EX-99.1 11 tm2021376d2_ex99-1.htm EXHIBIT 99.1

 

Exhibit 99.1

 

July 9, 2020

 

Division of Corporation Finance

U.S. Securities and Exchange Commission

100 F Street, N.E.

Washington, D.C. 20549

Attn: Office of Chief Accountant

 

Re: Vision Marine Technologies Inc. – Registration Statement on Form F-1 (CIK No. 0001813783) — Application for Waiver of Requirements of Form 20-F, Item 8.A.4

 

Ladies and Gentlemen:

 

Vision Marine Technologies Inc., a foreign private issuer organized under the laws of Quebec, Canada (the “Company), confidentially submitted to the Securities and Exchange Commission (the “Commission”) on June 2, 2020 a draft Registration Statement on Form F-1 (as amended, the “Registration Statement”), relating to a proposed initial public offering (“IPO”) of the Company’s common shares.
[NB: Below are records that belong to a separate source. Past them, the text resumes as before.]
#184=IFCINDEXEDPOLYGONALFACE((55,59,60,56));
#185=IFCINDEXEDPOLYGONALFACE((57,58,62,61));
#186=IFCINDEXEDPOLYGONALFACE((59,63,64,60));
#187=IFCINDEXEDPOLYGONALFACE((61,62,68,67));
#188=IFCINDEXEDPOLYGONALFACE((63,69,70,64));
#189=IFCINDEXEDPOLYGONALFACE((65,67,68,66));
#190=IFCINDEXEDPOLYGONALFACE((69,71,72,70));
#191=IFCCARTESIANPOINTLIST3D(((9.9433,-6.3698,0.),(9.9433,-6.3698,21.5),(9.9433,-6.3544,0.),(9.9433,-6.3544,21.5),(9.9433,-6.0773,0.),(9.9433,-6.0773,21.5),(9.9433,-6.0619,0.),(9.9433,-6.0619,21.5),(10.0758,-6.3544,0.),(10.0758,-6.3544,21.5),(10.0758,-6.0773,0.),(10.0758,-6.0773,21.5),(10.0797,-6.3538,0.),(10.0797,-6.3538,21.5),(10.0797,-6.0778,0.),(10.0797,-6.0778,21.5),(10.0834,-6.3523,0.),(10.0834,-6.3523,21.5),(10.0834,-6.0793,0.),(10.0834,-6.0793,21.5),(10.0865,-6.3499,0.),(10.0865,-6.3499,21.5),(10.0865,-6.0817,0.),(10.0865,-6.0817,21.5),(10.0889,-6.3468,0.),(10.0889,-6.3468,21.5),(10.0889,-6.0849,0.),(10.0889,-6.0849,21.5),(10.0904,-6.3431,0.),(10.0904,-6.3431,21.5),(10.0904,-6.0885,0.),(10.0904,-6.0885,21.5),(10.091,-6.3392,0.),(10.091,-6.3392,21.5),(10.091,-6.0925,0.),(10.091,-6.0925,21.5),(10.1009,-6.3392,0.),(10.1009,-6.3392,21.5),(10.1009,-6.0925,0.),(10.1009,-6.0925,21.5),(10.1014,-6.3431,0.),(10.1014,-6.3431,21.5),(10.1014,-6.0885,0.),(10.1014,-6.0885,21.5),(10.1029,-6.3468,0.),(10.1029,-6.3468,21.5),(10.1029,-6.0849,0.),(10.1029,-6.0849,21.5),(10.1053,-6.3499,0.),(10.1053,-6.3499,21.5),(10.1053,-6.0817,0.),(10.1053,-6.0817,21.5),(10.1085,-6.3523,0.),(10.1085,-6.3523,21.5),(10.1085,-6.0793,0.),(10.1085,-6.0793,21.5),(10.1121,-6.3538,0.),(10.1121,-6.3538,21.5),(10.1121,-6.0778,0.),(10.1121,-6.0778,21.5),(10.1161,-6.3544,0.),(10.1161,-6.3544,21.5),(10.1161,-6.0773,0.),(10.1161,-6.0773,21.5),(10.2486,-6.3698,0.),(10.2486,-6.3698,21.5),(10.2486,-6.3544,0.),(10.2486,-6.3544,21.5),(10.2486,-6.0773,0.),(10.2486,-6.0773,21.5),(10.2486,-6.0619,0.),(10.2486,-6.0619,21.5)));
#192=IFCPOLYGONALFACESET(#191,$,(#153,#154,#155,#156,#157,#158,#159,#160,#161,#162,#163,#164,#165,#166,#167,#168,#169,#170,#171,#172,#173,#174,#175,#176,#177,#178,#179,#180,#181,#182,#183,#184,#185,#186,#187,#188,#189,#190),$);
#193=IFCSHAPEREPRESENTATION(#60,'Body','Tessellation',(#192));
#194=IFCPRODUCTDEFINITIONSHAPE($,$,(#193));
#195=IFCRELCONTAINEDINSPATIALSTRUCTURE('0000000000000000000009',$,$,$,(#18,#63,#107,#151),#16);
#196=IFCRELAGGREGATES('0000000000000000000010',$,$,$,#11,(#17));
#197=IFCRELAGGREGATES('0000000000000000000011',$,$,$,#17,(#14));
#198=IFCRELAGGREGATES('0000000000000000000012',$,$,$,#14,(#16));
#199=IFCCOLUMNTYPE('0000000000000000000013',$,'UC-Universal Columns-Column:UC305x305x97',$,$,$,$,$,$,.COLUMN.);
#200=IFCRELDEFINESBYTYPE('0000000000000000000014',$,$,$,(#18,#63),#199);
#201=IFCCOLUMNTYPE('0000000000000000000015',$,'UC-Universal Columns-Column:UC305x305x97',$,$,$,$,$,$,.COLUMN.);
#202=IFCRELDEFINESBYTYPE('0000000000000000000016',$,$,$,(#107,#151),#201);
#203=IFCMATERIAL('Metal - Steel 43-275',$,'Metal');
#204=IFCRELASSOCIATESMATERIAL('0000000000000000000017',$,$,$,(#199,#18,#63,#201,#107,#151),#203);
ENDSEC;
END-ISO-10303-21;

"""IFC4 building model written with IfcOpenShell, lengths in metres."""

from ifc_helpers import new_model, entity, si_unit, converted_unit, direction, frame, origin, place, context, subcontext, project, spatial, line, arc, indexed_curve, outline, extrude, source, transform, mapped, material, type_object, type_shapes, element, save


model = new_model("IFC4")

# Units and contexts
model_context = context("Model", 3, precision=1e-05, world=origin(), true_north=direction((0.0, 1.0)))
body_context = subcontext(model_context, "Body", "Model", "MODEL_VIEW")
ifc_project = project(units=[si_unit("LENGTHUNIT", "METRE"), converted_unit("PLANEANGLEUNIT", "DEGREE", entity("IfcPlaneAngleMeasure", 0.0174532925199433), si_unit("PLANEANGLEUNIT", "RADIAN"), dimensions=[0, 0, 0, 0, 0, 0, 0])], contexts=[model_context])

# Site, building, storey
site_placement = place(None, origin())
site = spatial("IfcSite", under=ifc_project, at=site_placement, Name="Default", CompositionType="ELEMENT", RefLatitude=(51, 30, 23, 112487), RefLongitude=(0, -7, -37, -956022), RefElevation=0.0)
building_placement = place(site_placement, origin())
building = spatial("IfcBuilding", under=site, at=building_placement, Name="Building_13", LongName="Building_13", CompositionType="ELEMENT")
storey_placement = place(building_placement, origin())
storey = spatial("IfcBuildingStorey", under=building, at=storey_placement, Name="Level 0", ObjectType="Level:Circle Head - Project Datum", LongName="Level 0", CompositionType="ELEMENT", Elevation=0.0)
The Registration Statement has been reviewed by the staff of the Commission (the “Staff”) and the Company intends to respond to the comments of the Staff relating to the Registration Statement contained in the Staff’s letter dated June 26, 2020. The Company is not currently a publicly reporting Company in any jurisdiction.

 

The Registration Statement currently contains audited IFRS-IASB financial statements for the years ended August 31, 2018 and 2019 and unaudited interim IFRS-IASB financial statements for the six months ended February 29, 2020. As of this submission, the Registration Statement satisfies Item 8.A.4 of Form 20-F, which is applicable to the Registration Statement pursuant to Item 4(a) of Form F-1, because the audited financial statements included in the Registration Statement are less than twelve months old.

 

At the time of effectiveness, we expect that the Registration Statement will contain audited IFRS-IASB financial statements for the years ended August 31, 2018 and 2019 and unaudited interim IFRS-IASB financial statements for the six months ended February 29, 2020. Item 8.A.4 of Form 20-F, which is applicable to the Registration Statement, states that in the case of a foreign private issuer’s IPO, the registration statement must contain audited financial statements as of a date not older than 12 months at the time of filing and upon effectiveness, unless a waiver is obtained. See also Division of Corporation Finance, Financial Reporting Manual, Section 6220.3.

 

The Company is submitting this waiver request pursuant to Instruction 2 to Item 8.A.4 of Form 20-F, which provides that the Commission will waive the 12-month age of financial statements requirement “in cases where the company is able to represent adequately to [the Staff] that it is not required to comply with this requirement in any other jurisdiction outside the United States and that complying with this requirement is impracticable or involves undue hardship.” See also the Staff’s 2004 release entitled International Reporting and Disclosure Issues in the Division of Corporation Finance (available on the Commission’s website at http://www.sec.gov/divisions/corpfin/internatl/cfirdissues1104.htm) at Section III.B.c, in which the Staff notes:

 

“the instruction indicates that the staff will waive the 12-month requirement where it is not applicable in the registrant’s other filing jurisdictions and is impracticable or involves undue hardship. As a result, we expect that the vast majority of IPOs will be subject only to the 15-month rule. The only times that we anticipate audited financial statements will be filed under the 12-month rule are when the registrants must comply with the rule in another jurisdiction, or when those audited financial statements are otherwise readily available.”

 

 

 

 

In connection with this request, we as counsel to the Company, represent to the Commission that:

 

  1. The Company is not currently a public reporting company in any other jurisdiction.

 

  2. The Company is not required by any jurisdiction outside the United States, to have audited financial statements as of a date not older than 12 months from the date of filing a Registration Statement.

 

  3. The Company does not anticipate that its audited financial statements for the year ended August 31, 2020 will be available until October of 2020.

 

  4. Compliance with Item 8.A.4 would be impracticable and would involve undue hardship for the Company.

 

  5. In no event will the Company seek effectiveness of the Registration Statement if the audited financial statements contained therein are older than 15 months at the time of the offering.

 

Thank you for your consideration of the Company’s request, which we hope will be acceptable to the Chief Accountant. If additional information would be helpful in your analysis of the Company’s request or you have any questions or comments regarding the information in this letter, please contact the undersigned at 450-951-7009 or William Rosenstadt, our U.S. securities counsel, at 212-558-0022.